» **HOW TO COMPLETE THIS TASK**
Please transcribe exactly, and only, the lines of the data below between the line holding "#170=IFCINDEXEDPOLYGONALFACE((5,7,8,6));" and the line holding "#174=IFCINDEXEDPOLYGONALFACE((1,3,7,5));", inclusive.
==== EXERCISE INPUTS ====
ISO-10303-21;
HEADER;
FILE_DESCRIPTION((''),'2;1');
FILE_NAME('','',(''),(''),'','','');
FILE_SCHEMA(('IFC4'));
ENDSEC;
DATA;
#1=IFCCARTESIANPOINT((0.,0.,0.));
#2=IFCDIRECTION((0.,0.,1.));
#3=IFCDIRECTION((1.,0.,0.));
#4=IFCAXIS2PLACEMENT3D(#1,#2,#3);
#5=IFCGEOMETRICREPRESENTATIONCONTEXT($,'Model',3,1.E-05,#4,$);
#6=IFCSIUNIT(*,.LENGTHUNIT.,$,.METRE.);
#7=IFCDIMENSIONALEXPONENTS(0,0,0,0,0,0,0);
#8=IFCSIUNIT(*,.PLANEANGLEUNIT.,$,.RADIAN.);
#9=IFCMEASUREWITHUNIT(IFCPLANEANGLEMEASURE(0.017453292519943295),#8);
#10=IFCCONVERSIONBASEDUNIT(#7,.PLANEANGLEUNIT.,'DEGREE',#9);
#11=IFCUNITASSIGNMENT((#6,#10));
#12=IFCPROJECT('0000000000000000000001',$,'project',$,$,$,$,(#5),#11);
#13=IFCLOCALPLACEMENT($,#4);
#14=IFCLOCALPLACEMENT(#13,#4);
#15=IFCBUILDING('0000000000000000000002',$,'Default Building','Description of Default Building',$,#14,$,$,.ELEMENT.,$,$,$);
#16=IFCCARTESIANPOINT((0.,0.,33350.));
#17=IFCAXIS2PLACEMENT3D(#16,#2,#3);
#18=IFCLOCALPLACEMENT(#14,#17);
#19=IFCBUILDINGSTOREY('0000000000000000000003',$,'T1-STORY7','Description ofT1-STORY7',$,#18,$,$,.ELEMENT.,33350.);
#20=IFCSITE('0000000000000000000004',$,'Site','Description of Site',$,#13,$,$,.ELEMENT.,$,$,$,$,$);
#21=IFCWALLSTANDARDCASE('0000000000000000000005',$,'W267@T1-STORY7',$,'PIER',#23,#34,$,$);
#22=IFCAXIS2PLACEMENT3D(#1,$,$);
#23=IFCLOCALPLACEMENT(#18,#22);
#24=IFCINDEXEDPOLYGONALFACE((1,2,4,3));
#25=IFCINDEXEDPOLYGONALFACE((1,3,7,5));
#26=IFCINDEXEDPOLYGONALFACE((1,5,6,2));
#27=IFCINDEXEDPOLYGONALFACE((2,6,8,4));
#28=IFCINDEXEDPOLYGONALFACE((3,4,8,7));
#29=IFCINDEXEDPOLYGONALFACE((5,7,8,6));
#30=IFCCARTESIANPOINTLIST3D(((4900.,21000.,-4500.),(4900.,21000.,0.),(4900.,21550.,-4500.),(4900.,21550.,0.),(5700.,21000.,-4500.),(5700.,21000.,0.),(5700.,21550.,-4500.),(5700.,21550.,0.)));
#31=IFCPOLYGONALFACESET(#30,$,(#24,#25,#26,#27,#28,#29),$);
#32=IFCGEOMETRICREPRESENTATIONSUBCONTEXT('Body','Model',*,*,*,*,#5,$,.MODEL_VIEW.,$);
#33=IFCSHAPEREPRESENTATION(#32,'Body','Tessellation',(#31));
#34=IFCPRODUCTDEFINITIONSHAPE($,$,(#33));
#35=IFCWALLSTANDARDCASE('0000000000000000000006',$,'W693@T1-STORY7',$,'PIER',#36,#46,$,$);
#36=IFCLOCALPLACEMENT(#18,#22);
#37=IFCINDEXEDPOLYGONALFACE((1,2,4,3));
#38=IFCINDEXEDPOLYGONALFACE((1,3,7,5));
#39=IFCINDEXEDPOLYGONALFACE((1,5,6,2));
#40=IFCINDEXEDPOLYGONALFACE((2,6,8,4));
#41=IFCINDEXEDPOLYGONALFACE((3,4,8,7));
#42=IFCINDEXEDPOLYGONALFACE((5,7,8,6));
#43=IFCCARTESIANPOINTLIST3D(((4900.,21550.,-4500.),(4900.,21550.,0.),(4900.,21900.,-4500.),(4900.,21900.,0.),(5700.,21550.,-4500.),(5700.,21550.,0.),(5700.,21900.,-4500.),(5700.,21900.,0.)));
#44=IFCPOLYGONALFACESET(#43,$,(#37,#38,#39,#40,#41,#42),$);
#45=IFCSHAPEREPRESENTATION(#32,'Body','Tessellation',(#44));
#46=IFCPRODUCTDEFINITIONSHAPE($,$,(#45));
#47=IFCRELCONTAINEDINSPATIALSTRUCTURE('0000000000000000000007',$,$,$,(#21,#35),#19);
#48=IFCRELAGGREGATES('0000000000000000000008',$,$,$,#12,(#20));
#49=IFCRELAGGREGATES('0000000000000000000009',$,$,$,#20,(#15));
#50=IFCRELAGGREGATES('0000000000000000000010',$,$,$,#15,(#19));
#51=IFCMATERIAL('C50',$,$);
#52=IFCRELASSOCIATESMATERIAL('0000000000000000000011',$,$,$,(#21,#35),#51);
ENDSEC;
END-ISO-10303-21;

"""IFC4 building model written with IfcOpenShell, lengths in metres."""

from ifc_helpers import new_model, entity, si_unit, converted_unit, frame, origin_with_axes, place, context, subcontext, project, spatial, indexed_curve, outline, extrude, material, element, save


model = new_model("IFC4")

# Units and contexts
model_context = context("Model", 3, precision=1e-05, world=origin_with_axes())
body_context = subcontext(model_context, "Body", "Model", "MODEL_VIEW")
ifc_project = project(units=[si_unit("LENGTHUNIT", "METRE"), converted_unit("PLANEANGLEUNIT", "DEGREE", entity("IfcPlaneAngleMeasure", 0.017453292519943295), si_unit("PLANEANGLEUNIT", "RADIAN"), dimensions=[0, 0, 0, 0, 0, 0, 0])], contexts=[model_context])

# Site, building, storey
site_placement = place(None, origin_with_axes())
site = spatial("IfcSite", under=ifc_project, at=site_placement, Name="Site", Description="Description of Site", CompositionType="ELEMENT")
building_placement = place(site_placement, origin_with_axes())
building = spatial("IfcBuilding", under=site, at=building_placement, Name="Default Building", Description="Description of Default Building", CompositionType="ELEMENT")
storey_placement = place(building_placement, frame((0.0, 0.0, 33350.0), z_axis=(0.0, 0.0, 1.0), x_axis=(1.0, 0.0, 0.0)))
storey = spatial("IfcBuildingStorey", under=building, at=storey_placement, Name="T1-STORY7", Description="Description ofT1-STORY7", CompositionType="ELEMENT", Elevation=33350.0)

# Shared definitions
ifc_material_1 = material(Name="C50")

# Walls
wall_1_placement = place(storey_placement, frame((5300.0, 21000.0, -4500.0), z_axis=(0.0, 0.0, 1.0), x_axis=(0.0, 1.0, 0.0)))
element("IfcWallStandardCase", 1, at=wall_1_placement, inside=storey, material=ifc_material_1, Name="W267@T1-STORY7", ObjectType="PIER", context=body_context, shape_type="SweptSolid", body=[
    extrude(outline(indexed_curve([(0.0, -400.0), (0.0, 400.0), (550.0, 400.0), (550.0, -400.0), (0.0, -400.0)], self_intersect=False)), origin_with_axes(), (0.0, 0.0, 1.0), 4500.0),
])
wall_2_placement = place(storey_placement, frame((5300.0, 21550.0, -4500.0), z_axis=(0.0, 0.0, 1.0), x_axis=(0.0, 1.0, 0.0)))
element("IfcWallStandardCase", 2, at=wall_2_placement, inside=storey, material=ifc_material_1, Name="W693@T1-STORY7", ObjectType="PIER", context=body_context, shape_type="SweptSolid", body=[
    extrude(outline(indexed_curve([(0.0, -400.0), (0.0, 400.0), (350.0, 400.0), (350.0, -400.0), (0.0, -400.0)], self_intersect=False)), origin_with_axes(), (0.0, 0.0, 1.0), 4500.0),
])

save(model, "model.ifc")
====
==== EXERCISE INPUTS ====
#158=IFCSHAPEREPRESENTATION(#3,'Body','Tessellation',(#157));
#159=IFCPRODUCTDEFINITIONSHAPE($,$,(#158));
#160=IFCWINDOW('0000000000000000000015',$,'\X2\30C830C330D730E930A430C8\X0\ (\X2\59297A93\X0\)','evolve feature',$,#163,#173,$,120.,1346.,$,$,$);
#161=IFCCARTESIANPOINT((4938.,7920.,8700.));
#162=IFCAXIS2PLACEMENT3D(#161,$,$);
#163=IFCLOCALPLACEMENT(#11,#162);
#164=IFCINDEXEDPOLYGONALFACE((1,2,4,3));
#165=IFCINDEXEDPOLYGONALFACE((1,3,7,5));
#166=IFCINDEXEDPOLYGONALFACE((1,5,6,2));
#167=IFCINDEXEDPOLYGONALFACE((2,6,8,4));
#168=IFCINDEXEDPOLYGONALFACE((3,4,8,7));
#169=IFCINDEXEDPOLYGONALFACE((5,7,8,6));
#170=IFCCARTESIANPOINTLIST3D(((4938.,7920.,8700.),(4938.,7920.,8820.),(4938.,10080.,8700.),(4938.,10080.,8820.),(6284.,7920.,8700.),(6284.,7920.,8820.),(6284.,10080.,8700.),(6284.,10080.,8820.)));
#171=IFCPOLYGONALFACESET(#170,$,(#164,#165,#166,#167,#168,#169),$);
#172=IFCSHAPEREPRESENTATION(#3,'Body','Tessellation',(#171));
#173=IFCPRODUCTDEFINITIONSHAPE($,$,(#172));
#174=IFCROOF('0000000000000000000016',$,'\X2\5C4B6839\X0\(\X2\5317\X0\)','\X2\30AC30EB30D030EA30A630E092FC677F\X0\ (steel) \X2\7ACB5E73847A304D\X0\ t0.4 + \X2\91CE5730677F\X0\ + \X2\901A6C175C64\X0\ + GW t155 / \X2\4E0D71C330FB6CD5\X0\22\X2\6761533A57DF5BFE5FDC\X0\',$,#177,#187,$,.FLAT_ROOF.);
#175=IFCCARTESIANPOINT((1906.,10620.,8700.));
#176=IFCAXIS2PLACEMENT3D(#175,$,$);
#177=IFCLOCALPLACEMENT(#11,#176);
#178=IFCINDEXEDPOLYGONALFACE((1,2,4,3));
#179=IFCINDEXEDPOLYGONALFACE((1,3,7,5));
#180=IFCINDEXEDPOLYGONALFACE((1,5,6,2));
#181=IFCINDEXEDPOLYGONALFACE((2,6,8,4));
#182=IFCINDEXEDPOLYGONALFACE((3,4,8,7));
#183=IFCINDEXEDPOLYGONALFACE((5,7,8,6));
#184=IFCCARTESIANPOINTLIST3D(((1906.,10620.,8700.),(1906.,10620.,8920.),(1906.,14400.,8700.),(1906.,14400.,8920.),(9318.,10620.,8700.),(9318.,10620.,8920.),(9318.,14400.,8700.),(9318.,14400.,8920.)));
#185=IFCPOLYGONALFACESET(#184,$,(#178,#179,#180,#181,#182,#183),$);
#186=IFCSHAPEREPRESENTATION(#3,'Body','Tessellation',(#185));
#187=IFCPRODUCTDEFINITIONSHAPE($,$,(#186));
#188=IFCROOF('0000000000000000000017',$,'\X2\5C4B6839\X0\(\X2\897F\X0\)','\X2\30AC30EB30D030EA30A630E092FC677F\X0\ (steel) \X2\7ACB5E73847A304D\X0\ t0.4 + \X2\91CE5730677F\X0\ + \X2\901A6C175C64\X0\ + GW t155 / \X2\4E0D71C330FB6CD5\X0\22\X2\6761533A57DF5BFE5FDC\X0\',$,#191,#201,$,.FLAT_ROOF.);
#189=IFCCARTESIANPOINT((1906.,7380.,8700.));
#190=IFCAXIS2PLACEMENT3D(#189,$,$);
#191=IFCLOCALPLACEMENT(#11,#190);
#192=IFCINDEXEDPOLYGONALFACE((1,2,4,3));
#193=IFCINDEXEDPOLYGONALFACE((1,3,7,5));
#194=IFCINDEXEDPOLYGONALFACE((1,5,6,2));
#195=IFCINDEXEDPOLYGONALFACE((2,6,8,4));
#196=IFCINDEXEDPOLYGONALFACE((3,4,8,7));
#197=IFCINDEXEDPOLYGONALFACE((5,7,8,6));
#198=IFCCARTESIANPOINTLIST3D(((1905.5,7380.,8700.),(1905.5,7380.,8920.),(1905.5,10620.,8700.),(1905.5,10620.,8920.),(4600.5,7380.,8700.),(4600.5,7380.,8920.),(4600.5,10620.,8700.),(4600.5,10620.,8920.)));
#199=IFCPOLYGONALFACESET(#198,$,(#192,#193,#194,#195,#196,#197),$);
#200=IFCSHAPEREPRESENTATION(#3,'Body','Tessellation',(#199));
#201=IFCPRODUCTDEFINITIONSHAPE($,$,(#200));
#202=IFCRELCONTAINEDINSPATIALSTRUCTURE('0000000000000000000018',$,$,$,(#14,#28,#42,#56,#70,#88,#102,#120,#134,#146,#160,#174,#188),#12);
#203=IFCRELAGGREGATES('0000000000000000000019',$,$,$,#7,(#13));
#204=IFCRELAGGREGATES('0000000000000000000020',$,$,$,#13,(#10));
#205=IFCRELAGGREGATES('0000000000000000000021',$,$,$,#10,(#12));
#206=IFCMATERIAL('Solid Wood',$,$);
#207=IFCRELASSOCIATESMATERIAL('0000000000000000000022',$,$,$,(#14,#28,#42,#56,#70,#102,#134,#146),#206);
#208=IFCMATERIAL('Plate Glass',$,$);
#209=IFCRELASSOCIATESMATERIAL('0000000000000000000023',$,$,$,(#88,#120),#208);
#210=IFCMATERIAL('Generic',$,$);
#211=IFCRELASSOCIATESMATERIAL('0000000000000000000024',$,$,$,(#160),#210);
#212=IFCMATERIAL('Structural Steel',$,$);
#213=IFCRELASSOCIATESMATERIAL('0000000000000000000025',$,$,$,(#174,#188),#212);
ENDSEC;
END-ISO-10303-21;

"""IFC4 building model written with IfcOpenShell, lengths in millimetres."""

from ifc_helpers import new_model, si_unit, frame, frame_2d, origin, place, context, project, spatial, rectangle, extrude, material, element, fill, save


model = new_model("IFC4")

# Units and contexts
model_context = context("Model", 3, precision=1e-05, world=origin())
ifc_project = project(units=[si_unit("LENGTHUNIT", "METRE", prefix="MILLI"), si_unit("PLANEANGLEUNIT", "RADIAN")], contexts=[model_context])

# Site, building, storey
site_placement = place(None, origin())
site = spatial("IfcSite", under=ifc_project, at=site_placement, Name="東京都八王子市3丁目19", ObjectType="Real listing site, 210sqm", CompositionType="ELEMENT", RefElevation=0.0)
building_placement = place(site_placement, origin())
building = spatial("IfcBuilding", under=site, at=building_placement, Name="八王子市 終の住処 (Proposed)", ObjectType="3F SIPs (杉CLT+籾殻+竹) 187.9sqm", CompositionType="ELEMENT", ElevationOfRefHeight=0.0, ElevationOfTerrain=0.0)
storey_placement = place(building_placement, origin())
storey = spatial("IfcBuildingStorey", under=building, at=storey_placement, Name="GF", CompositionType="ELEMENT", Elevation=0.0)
====
==== EXERCISE INPUTS ====
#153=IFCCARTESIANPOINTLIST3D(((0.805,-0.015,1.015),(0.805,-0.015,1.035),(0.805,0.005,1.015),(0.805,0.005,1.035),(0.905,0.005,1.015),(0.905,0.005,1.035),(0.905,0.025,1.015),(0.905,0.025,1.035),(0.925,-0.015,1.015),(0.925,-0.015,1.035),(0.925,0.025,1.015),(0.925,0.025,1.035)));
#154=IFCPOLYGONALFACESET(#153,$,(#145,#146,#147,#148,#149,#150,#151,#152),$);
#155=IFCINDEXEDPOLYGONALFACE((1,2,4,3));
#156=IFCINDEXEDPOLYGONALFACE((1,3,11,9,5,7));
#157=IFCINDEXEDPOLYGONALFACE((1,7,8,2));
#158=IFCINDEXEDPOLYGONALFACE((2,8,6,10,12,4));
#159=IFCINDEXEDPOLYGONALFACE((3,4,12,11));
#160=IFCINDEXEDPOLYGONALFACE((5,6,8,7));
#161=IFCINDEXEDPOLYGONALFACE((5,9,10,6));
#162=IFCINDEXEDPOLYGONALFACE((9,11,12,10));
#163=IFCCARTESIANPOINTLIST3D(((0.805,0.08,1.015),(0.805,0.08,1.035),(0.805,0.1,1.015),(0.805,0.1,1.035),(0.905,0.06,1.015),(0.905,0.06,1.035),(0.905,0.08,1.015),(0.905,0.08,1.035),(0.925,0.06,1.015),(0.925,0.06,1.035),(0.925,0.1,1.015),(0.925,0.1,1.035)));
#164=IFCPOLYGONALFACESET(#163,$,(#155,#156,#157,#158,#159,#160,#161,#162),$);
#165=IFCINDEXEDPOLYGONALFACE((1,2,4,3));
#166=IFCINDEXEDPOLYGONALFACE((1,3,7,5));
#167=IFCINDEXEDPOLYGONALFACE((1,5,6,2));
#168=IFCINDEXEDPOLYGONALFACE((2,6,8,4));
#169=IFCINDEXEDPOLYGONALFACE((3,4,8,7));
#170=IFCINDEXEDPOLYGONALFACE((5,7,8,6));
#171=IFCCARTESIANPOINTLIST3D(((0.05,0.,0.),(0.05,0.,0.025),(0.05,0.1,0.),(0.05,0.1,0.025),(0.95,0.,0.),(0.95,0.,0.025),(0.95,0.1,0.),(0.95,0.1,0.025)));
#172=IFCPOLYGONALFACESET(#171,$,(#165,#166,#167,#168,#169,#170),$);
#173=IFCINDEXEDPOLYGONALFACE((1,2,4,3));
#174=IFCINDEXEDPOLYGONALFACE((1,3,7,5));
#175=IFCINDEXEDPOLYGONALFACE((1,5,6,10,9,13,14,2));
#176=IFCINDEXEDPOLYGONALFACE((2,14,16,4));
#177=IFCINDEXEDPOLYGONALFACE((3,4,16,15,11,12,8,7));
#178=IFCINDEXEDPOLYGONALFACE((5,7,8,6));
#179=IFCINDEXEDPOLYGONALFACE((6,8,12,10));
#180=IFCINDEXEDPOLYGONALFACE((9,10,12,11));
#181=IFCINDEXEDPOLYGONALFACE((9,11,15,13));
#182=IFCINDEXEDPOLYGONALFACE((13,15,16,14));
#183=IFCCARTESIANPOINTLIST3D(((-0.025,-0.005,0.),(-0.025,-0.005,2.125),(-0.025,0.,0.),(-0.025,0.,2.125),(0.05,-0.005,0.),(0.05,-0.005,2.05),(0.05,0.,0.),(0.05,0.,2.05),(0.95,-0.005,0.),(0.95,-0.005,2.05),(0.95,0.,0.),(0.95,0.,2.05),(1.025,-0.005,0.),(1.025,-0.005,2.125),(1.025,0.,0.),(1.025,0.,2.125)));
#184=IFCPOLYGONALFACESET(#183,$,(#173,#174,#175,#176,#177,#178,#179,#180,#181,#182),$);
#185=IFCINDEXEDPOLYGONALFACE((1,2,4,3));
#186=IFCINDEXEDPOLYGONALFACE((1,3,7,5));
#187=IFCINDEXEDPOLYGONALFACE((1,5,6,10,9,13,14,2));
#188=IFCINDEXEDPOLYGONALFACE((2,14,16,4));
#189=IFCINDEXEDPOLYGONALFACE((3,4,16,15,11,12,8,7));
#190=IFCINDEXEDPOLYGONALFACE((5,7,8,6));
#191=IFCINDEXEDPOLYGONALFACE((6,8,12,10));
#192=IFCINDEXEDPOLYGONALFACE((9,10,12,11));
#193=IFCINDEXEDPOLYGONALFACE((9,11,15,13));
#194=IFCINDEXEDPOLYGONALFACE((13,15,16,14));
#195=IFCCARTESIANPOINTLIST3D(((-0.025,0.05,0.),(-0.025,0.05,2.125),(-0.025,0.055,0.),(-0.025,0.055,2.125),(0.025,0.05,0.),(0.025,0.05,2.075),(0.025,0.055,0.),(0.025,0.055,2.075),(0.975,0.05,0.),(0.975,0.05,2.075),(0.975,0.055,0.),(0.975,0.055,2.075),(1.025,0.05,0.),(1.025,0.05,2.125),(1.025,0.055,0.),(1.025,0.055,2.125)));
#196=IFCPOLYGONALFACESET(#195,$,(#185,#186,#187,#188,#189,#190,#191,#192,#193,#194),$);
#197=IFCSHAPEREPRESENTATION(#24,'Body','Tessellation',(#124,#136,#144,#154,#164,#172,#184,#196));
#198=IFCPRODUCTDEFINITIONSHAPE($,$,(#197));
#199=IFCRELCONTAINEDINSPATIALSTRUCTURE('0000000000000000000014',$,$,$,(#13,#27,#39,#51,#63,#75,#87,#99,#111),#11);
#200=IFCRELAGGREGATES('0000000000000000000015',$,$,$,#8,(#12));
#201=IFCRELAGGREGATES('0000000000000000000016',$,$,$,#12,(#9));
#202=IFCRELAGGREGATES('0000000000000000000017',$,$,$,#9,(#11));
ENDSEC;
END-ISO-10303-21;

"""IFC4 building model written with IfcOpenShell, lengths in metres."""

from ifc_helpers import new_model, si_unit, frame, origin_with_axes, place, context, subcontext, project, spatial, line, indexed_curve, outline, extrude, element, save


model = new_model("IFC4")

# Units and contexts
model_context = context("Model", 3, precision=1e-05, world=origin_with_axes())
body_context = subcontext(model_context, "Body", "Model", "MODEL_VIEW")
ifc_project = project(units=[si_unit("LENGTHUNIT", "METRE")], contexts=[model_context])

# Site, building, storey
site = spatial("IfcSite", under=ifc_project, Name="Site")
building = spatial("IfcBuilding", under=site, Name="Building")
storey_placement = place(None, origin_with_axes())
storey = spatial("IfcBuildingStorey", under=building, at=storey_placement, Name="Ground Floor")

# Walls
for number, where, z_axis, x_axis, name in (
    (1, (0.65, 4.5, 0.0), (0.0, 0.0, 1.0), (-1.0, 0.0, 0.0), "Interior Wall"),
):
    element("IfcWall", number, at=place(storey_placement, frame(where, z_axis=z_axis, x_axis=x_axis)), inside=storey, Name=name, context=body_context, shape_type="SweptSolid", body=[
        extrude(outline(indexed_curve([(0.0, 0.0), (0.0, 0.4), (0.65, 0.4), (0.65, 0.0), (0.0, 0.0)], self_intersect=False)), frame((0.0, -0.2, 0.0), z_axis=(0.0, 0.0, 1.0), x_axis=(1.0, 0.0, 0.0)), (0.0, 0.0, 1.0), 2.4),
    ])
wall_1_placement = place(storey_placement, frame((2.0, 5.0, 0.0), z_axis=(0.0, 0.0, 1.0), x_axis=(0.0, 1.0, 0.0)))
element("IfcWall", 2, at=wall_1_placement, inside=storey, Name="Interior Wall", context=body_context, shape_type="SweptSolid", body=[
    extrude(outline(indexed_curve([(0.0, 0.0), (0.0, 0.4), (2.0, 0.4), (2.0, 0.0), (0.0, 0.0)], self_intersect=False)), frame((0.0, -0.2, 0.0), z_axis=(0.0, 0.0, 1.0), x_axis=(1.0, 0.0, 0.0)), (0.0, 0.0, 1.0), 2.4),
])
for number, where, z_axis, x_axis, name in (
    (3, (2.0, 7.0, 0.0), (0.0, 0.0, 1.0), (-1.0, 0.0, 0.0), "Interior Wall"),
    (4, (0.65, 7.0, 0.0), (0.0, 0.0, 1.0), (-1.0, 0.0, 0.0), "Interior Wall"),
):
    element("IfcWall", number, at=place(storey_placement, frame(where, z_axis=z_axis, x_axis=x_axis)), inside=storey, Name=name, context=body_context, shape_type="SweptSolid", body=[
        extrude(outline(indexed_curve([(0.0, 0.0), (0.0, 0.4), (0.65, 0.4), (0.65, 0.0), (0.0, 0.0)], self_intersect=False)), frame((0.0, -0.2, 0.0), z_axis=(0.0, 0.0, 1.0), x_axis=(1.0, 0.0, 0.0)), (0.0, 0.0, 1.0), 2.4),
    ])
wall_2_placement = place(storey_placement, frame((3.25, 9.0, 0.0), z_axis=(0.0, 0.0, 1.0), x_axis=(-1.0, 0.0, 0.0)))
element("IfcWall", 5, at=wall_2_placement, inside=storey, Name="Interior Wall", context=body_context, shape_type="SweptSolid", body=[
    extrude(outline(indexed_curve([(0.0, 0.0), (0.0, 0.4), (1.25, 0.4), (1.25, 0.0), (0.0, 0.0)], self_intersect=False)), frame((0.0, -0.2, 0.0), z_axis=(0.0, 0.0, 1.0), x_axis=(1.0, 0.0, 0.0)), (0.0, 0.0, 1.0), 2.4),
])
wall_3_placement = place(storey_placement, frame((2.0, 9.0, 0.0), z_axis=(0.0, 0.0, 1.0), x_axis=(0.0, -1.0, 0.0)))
====
» **SOLUTION**
#170=IFCINDEXEDPOLYGONALFACE((5,7,8,6));
#171=IFCCARTESIANPOINTLIST3D(((0.05,0.,0.),(0.05,0.,0.025),(0.05,0.1,0.),(0.05,0.1,0.025),(0.95,0.,0.),(0.95,0.,0.025),(0.95,0.1,0.),(0.95,0.1,0.025)));
#172=IFCPOLYGONALFACESET(#171,$,(#165,#166,#167,#168,#169,#170),$);
#173=IFCINDEXEDPOLYGONALFACE((1,2,4,3));
#174=IFCINDEXEDPOLYGONALFACE((1,3,7,5));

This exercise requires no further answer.